# Castalia Lottery



## ejsell (May 3, 2012)

Just got our emails, all 3 of my kids were unsuccessful this year. All 3 have won at least once in the past so at least they got to experience it. I haven't gotten my email yet for the adult draw.

Sent from my SM-G975U using Tapatalk


----------



## garhtr (Jan 12, 2009)

ejsell said:


> all 3 of my kids were unsuccessful


Hopefully they pull your name and you can take them on your day.
I was thinking about putting my granddaughter in but decided to wait one more year.
We've had a pair of casting sessions on the ballfield and have big plans for some small stream fishing soon.
Good luck and good fishing !


----------



## jmyers8 (Aug 2, 2013)

My son and 2 nephews were also unsuccessful. Havent gotten my results yet

Sent from my SM-G950U using Tapatalk


----------



## schwartzy86 (Jul 1, 2018)

My sister and I were both unsuccessful. Next year


----------



## Flathead76 (May 2, 2010)

I blanked out as well.


----------



## Crankbait-Crazy (Feb 25, 2020)

Nada for me. Five years straight. Have never gotten in.


----------



## 0utwest (Mar 21, 2017)

My girlfriend got drawn for aug.24th early session and me nada .


----------



## ejsell (May 3, 2012)

Got my email late in the day. It was also unsuccessful. Maybe next year. 

Sent from my SM-G975U using Tapatalk


----------



## garhtr (Jan 12, 2009)

Crankbait-Crazy said:


> Nada for me. Five years straight. Have never gotten in.

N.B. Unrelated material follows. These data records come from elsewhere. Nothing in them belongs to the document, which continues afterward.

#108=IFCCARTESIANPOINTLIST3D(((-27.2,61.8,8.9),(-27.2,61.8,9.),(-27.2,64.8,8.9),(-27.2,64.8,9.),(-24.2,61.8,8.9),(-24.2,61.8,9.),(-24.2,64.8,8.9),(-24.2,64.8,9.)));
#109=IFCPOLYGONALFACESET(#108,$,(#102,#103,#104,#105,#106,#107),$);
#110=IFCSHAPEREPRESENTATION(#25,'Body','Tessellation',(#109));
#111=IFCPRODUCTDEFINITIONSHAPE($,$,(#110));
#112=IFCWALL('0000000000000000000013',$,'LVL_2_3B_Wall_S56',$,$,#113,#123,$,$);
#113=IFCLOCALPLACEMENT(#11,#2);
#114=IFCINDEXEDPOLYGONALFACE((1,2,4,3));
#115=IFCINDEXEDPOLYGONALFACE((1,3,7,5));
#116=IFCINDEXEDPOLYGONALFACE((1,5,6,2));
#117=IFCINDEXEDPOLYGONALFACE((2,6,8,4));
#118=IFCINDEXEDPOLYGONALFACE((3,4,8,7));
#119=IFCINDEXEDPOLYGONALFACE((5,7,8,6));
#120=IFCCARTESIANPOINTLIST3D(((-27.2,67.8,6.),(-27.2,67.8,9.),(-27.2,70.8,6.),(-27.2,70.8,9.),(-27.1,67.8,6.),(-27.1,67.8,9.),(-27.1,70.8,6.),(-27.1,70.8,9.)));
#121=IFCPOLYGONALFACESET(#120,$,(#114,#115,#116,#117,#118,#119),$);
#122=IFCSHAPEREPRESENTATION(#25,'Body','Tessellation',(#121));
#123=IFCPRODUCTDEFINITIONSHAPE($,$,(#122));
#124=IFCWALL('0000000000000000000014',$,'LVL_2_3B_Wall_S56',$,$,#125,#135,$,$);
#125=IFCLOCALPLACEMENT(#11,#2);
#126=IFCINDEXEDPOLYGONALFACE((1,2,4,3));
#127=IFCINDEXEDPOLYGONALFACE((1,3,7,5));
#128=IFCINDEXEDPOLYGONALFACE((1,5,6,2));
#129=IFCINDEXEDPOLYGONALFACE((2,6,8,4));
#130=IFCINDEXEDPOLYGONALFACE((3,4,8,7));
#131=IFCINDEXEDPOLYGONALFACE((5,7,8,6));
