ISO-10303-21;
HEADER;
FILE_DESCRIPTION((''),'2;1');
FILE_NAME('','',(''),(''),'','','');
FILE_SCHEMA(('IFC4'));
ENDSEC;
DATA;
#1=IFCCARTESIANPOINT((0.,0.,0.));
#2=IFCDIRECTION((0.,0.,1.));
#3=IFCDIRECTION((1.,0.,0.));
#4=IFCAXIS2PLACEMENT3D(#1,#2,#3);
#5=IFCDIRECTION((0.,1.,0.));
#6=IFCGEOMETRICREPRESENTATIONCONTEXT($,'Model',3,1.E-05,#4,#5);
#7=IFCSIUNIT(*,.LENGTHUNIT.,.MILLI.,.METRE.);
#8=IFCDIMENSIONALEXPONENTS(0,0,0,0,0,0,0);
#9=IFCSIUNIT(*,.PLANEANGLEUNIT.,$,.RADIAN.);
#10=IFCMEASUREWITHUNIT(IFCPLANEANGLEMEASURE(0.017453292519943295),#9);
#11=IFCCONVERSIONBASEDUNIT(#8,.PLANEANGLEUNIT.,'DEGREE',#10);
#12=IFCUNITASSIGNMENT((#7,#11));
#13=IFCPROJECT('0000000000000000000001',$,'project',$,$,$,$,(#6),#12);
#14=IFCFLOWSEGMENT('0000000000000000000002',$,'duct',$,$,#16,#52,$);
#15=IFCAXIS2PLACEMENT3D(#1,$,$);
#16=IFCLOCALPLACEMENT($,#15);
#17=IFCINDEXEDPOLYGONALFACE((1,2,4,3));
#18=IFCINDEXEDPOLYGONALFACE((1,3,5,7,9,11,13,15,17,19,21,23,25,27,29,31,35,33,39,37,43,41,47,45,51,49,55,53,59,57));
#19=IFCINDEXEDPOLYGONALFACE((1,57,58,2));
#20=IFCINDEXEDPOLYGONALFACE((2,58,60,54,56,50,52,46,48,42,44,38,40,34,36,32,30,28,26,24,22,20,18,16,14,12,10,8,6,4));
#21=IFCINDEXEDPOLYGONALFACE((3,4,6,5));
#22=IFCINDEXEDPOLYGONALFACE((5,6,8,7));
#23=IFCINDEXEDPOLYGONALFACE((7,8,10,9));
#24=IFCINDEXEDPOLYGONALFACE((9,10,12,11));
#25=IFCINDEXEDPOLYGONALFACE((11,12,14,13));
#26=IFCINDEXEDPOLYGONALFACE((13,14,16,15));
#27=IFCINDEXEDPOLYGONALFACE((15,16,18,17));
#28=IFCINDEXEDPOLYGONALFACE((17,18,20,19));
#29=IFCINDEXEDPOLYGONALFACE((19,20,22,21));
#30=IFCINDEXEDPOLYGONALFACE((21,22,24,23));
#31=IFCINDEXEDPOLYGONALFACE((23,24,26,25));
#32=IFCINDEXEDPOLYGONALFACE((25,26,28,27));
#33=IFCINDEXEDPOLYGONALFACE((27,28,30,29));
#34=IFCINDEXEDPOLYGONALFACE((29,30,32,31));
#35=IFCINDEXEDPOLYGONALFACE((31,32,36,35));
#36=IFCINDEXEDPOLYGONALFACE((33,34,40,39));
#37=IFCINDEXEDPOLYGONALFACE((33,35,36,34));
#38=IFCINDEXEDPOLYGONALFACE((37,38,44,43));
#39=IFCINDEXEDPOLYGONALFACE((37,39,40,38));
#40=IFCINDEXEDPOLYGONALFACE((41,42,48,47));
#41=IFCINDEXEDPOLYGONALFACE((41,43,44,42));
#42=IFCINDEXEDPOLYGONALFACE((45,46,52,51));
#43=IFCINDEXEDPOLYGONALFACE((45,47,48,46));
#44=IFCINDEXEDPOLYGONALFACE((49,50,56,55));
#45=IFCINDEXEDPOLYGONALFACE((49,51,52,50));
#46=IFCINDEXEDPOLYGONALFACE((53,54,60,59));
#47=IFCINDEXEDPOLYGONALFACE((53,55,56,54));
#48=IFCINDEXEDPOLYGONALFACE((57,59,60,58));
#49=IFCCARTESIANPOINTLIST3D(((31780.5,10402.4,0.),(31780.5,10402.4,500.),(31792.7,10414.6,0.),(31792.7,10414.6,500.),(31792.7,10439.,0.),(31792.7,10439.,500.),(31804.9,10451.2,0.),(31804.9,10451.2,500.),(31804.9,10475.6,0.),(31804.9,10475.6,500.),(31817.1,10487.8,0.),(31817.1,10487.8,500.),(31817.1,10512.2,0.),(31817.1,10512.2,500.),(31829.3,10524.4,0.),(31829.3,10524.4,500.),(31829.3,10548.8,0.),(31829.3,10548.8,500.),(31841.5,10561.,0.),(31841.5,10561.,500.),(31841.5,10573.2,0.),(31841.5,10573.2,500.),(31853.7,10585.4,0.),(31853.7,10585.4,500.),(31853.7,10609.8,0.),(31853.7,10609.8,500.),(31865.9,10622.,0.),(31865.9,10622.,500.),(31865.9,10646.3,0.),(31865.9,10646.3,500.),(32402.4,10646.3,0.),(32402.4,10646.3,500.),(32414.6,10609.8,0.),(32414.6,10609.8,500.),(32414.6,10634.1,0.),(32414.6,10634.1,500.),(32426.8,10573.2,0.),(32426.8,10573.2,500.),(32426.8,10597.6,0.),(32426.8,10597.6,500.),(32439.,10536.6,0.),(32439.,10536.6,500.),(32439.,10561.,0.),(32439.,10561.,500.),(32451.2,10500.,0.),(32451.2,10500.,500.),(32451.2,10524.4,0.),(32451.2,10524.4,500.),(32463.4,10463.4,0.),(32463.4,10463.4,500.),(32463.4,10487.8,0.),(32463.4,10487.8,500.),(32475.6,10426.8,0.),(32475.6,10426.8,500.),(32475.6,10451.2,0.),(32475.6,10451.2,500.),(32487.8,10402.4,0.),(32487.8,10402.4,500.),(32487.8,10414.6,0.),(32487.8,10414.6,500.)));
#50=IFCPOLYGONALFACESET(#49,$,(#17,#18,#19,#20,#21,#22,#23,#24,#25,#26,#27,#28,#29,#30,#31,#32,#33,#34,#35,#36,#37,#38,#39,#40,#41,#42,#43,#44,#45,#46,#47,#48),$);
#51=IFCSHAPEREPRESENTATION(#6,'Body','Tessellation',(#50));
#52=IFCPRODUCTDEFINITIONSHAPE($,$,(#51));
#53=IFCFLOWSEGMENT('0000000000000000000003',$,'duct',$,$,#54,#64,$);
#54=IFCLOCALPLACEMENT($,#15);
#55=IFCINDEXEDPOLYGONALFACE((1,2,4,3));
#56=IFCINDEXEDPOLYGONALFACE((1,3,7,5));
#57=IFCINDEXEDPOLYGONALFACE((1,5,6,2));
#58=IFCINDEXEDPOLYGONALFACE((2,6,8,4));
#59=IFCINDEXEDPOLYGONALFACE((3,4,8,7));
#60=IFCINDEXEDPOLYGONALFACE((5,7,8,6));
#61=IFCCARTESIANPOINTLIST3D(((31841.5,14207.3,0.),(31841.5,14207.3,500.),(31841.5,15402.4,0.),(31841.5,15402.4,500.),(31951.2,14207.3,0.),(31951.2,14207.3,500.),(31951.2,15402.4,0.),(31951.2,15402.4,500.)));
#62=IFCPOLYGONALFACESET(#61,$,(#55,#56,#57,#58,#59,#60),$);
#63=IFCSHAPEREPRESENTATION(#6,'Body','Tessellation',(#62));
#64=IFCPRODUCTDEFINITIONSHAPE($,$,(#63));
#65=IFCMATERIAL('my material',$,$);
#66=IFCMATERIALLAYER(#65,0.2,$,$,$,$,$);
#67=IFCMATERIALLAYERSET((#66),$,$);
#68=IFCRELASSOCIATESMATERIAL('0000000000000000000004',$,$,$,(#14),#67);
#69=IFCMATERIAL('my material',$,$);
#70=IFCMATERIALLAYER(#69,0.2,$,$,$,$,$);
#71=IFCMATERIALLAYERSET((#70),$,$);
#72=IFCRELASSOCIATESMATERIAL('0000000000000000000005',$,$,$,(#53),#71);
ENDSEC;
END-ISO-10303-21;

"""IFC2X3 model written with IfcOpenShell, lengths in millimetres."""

from ifc_helpers import new_model, entity, si_unit, converted_unit, direction, origin_with_axes, place, context, project, polyline, outline, extrude, material, layer, layer_set, layer_usage, element, save


model = new_model("IFC2X3")

# Units and contexts
model_context = context("Model", 3, precision=1e-05, world=origin_with_axes(), true_north=direction((0.0, 1.0, 0.0)))
ifc_project = project(units=[si_unit("LENGTHUNIT", "METRE", prefix="MILLI"), converted_unit("PLANEANGLEUNIT", "DEGREE", entity("IfcPlaneAngleMeasure", 0.017453292519943295), si_unit("PLANEANGLEUNIT", "RADIAN"), dimensions=[0, 0, 0, 0, 0, 0, 0])], contexts=[model_context])

# Flow segments
ifc_material_1 = material(Name="my material")
ifc_layer_1 = layer(ifc_material_1, 0.2)
ifc_layer_set_1 = layer_set([ifc_layer_1])
ifc_layer_usage_1 = layer_usage(ifc_layer_set_1, "AXIS2", "POSITIVE", -0.1)
flow_segment_1_placement = place(None, origin_with_axes())
element("IfcFlowSegment", 1, at=flow_segment_1_placement, material=ifc_layer_usage_1, Name="duct", context=model_context, shape_type="SweptSolid", body=[
    extrude(outline(polyline([(31780.5, 10402.4), (32487.8, 10402.4), (32487.8, 10414.6), (32475.6, 10426.8), (32475.6, 10451.2), (32463.4, 10463.4), (32463.4, 10487.8), (32451.2, 10500.0), (32451.2, 10524.4), (32439.0, 10536.6), (32439.0, 10561.0), (32426.8, 10573.2), (32426.8, 10597.6), (32414.6, 10609.8), (32414.6, 10634.1), (32402.4, 10646.3), (31865.9, 10646.3), (31865.9, 10622.0), (31853.7, 10609.8), (31853.7, 10585.4), (31841.5, 10573.2), (31841.5, 10561.0), (31829.3, 10548.8), (31829.3, 10524.4), (31817.1, 10512.2), (31817.1, 10487.8), (31804.9, 10475.6), (31804.9, 10451.2), (31792.7, 10439.0), (31792.7, 10414.6), (31780.5, 10402.4)])), origin_with_axes(), (0.0, 0.0, 1.0), 500.0),
])
ifc_material_2 = material(Name="my material")
ifc_layer_2 = layer(ifc_material_2, 0.2)
ifc_layer_set_2 = layer_set([ifc_layer_2])
ifc_layer_usage_2 = layer_usage(ifc_layer_set_2, "AXIS2", "POSITIVE", -0.1)
flow_segment_2_placement = place(None, origin_with_axes())
element("IfcFlowSegment", 2, at=flow_segment_2_placement, material=ifc_layer_usage_2, Name="duct", context=model_context, shape_type="SweptSolid", body=[
    extrude(outline(polyline([(31841.5, 14207.3), (31951.2, 14207.3), (31951.2, 15402.4), (31841.5, 15402.4), (31841.5, 14207.3)])), origin_with_axes(), (0.0, 0.0, 1.0), 500.0),
])

save(model, "model.ifc")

Don't quit now, took me 5 years of striking out --- 6 was the charm. I should be due again in a year or two
Good luck and good fishing


----------



## dustin (Nov 14, 2007)

We put in for the first time this year and both my boys were successful. We will only be using one of the permits, I’m assuming these are transferable similar to the hunting permits? If so, once we choose the date we will use I will post it up for another youth to utilize.


----------



## TheCream (Mar 19, 2009)

I think it took me more like 8-9 tries before I was drawn. My son and I both got denied this year.


----------



## creekcrawler (Oct 5, 2004)

Sigh. Been not winning that dang lottery since forever. . . .


----------